#### WHAT YOU WILL DO:
Read through the data, and wherever a line holds the word "Arena", write that line out.

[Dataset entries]
---------------
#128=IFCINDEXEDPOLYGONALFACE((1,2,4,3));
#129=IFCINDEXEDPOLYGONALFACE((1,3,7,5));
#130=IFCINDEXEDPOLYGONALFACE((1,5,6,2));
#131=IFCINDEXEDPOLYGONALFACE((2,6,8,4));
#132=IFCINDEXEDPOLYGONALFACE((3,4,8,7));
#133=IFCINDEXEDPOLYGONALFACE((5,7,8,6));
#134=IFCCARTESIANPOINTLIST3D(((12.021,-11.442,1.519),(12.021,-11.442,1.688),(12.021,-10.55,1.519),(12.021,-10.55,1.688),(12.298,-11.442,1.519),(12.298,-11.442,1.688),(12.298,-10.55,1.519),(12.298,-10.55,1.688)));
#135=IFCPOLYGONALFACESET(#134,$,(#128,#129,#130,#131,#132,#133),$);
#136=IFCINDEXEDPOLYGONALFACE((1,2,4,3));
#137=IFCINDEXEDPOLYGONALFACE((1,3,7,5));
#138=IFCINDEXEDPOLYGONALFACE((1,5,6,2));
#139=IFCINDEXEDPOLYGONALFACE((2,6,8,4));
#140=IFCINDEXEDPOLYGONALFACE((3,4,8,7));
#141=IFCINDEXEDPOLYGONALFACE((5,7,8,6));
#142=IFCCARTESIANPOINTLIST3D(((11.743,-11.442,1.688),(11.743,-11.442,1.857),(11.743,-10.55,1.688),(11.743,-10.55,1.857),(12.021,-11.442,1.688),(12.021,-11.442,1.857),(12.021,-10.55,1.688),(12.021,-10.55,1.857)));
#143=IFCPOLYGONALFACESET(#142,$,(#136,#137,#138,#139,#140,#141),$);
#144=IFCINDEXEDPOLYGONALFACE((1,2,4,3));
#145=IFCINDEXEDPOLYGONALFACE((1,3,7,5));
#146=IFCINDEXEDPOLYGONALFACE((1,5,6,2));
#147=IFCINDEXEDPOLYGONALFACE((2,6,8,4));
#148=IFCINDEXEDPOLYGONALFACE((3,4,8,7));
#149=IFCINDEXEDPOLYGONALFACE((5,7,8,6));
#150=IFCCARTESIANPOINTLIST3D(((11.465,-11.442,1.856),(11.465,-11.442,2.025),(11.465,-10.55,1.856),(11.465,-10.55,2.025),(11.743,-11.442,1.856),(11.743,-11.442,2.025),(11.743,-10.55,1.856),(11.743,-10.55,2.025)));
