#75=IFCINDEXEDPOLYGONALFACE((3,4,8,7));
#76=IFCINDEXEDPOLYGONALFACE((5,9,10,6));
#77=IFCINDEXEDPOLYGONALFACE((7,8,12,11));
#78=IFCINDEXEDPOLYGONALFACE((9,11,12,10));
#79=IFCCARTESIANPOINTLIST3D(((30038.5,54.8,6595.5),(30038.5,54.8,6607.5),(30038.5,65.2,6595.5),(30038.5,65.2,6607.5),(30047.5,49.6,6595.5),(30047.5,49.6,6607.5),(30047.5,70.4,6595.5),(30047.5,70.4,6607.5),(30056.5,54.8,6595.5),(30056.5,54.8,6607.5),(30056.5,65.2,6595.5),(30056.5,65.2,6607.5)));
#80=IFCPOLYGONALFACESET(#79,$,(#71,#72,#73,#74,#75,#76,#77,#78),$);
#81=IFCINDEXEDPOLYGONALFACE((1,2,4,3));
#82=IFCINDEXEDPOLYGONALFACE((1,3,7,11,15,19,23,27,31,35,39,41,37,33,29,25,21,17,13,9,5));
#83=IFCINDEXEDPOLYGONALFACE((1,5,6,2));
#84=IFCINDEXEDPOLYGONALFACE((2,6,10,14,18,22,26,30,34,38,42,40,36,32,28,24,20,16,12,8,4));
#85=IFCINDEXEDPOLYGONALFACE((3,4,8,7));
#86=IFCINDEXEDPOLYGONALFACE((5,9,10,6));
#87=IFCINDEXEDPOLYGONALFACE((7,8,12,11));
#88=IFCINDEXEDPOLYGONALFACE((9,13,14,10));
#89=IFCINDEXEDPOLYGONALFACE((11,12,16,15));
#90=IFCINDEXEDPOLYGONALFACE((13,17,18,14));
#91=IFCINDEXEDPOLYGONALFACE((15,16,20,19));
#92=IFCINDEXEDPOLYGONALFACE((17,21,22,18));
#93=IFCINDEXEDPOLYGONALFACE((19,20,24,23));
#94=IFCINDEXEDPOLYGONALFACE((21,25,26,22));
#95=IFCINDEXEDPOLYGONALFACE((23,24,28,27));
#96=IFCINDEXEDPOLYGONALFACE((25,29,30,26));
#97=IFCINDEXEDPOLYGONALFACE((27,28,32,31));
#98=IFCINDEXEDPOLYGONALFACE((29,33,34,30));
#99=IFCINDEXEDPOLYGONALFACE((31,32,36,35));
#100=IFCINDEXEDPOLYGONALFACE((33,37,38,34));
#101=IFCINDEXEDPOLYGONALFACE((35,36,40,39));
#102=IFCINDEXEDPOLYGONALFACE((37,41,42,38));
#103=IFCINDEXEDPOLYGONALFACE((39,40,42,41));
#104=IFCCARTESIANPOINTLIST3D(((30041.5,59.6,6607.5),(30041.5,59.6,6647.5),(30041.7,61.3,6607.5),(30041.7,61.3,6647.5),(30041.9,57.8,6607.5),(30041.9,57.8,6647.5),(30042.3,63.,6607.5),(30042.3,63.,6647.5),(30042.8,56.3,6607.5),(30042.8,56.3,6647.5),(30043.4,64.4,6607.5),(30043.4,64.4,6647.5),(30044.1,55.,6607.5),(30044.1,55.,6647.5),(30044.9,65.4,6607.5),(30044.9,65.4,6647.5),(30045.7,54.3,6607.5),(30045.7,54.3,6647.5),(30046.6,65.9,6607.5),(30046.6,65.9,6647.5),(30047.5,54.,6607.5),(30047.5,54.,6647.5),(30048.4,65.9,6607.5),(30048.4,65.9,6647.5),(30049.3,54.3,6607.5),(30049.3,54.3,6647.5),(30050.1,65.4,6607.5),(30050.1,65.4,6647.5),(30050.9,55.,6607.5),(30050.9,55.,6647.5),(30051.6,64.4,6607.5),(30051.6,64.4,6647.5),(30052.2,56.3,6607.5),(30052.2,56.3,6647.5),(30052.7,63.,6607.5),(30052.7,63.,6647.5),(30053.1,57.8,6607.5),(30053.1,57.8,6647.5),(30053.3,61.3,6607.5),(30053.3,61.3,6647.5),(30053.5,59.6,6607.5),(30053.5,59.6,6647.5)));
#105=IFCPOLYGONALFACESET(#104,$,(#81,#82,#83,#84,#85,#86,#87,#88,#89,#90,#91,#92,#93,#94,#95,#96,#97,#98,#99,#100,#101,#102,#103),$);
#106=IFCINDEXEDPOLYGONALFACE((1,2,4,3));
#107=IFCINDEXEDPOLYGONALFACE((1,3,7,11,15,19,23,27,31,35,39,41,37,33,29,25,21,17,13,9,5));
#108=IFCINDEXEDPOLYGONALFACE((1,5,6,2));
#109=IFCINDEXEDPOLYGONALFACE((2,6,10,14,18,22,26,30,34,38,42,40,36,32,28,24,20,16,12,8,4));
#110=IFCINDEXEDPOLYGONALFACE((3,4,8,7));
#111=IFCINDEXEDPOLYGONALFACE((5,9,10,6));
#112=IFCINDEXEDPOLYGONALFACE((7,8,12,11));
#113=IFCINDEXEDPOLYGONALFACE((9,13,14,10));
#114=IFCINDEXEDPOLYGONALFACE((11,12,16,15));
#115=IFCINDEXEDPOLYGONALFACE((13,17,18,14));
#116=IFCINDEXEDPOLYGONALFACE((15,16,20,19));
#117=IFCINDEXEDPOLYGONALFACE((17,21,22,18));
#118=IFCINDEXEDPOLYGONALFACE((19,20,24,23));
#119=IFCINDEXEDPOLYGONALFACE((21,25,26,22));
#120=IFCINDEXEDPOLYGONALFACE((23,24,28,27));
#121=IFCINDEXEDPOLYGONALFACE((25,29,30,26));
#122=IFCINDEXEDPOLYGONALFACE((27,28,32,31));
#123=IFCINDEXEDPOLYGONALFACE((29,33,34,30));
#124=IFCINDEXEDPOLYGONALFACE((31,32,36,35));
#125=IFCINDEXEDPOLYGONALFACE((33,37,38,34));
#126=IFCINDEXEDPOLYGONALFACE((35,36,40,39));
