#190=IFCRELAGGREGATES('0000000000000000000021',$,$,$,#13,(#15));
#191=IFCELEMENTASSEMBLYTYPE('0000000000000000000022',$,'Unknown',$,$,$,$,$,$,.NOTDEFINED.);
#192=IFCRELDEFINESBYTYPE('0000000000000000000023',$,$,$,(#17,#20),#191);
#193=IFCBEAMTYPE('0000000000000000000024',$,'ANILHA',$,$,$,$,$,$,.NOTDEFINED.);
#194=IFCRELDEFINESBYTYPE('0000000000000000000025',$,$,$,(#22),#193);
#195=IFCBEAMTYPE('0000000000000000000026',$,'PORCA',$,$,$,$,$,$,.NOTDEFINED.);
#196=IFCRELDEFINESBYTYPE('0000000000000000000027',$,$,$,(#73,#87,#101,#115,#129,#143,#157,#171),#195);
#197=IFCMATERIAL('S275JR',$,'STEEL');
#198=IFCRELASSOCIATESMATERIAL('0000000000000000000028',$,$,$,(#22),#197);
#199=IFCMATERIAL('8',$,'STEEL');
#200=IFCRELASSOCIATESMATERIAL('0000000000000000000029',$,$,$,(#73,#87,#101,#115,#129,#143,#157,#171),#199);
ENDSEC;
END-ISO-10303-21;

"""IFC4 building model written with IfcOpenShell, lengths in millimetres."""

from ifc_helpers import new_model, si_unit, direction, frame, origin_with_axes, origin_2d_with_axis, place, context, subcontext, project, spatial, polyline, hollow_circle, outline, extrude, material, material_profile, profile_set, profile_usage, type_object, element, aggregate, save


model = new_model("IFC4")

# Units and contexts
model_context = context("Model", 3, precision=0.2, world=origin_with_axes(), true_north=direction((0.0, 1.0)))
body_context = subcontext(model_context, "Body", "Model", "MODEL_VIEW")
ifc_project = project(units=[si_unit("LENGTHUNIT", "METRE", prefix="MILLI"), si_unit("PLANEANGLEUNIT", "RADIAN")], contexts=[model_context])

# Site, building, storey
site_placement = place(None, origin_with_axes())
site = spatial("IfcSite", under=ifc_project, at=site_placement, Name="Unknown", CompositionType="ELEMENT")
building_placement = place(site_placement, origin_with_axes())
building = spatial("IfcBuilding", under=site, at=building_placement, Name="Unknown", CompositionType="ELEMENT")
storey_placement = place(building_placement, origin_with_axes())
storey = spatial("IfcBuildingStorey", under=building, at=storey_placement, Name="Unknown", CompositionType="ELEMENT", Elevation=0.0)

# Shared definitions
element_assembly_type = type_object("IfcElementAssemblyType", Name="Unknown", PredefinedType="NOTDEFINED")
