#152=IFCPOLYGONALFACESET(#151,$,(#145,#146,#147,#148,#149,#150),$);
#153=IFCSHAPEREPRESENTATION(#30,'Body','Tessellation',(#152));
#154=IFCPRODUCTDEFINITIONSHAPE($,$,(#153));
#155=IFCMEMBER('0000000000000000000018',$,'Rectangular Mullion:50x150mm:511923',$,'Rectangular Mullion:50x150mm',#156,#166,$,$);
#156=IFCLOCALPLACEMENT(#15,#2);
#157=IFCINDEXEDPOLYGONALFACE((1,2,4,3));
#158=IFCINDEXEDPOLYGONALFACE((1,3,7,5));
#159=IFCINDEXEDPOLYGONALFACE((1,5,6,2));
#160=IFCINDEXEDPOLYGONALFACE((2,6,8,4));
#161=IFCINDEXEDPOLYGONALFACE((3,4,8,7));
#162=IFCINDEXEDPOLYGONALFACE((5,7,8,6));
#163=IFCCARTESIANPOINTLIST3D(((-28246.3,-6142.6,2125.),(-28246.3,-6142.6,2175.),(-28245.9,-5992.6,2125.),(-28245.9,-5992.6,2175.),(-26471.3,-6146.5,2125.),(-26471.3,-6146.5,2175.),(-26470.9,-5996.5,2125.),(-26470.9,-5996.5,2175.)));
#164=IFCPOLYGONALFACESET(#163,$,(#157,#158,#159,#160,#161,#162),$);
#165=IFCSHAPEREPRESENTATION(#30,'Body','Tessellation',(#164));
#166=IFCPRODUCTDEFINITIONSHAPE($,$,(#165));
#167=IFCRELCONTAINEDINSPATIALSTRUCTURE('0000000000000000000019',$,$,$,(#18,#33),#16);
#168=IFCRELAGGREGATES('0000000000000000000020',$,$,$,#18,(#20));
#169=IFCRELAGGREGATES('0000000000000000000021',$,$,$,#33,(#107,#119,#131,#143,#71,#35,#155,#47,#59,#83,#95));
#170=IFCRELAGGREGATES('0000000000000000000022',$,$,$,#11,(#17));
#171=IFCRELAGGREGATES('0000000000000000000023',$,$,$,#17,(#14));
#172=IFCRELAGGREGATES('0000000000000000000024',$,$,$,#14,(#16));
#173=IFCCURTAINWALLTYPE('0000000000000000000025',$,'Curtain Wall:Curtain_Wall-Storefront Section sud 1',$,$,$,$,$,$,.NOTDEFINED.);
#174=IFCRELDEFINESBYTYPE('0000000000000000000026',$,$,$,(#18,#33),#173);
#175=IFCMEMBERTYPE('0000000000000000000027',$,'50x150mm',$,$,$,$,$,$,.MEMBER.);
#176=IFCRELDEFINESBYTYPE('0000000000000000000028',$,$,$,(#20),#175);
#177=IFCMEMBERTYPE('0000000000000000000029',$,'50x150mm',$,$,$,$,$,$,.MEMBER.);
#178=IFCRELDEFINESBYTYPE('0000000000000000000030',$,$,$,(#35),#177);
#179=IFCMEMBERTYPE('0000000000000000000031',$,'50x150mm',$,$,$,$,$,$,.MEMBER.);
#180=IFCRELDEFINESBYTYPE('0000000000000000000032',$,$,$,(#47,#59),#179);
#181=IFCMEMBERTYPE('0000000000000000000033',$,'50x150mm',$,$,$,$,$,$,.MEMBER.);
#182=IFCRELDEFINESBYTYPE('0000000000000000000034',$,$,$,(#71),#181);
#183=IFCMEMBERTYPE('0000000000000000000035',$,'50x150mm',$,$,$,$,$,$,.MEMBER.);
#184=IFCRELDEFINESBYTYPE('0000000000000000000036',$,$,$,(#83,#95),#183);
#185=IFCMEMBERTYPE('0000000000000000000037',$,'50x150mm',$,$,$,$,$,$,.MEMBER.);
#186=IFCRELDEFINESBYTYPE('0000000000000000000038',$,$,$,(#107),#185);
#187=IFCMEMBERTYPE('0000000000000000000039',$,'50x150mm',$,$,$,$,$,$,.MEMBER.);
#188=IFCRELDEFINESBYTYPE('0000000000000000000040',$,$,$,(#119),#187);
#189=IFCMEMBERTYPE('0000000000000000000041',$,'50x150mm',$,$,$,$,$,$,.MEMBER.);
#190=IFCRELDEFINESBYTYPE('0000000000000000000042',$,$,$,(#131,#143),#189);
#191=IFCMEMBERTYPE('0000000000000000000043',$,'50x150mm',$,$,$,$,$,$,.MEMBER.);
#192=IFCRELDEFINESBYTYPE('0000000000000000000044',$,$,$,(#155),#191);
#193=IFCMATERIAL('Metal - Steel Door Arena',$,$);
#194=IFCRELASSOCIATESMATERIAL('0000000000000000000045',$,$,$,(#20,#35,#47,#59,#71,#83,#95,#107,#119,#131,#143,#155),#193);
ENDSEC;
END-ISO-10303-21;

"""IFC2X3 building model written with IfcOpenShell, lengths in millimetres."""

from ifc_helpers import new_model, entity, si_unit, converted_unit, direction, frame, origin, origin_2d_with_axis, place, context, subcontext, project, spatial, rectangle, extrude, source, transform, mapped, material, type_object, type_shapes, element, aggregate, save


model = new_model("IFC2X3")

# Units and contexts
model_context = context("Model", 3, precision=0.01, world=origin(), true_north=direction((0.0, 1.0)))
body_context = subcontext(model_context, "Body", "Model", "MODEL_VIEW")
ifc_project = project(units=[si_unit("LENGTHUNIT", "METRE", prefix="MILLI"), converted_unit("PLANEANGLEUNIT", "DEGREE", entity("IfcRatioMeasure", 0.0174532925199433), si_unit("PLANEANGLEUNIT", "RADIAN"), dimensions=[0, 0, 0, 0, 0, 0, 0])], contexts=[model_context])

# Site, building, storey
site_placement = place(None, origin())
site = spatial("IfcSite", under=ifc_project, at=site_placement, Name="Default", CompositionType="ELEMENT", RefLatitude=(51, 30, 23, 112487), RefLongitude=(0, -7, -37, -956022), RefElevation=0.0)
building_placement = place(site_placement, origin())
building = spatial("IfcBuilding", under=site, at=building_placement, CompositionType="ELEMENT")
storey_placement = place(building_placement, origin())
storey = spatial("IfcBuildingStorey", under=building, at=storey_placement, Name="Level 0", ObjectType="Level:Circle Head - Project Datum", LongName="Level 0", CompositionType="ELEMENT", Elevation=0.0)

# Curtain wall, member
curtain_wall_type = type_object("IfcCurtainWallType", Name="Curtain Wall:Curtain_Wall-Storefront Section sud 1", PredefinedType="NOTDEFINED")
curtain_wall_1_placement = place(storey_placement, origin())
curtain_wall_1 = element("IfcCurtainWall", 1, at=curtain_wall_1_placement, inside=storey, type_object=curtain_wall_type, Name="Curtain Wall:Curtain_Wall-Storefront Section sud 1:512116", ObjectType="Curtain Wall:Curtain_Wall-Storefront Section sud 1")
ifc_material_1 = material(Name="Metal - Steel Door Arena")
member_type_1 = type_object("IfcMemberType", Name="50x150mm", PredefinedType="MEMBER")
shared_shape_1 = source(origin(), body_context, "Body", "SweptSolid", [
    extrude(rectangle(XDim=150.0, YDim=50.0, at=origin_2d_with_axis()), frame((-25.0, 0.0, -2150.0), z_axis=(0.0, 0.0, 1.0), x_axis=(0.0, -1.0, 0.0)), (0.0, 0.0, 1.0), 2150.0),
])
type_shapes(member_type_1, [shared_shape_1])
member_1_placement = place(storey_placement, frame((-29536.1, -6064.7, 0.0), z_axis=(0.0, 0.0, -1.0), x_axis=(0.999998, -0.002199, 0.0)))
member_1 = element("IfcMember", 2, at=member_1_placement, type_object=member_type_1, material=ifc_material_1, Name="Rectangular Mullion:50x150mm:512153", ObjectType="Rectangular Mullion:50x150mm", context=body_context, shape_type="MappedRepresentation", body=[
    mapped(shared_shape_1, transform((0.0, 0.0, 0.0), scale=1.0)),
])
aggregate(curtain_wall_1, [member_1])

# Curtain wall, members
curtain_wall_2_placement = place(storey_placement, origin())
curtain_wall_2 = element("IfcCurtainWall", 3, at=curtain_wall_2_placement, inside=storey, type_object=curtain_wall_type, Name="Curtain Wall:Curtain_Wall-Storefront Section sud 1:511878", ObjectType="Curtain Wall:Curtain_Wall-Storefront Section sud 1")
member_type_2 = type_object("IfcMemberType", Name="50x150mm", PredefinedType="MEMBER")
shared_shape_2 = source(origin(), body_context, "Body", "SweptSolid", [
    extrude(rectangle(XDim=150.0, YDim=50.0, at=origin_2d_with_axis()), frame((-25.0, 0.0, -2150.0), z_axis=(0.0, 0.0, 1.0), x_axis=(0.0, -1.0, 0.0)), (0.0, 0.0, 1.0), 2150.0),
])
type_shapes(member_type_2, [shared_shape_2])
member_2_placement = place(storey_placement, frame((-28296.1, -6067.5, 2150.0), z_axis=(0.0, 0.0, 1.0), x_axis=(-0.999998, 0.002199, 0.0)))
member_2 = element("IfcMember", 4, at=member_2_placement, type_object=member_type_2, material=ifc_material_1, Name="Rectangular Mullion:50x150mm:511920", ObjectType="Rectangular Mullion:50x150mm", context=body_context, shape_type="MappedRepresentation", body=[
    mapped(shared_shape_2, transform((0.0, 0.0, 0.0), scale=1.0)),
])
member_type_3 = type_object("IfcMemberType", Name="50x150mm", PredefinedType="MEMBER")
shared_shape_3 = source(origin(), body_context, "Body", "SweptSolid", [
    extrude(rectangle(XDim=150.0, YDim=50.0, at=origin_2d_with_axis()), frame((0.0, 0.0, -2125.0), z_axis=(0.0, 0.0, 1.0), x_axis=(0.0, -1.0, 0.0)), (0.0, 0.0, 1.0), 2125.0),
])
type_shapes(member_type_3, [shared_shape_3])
---------------
#### ANSWER TO THIS EXERCISE:
#193=IFCMATERIAL('Metal - Steel Door Arena',$,$);
ifc_material_1 = material(Name="Metal - Steel Door Arena")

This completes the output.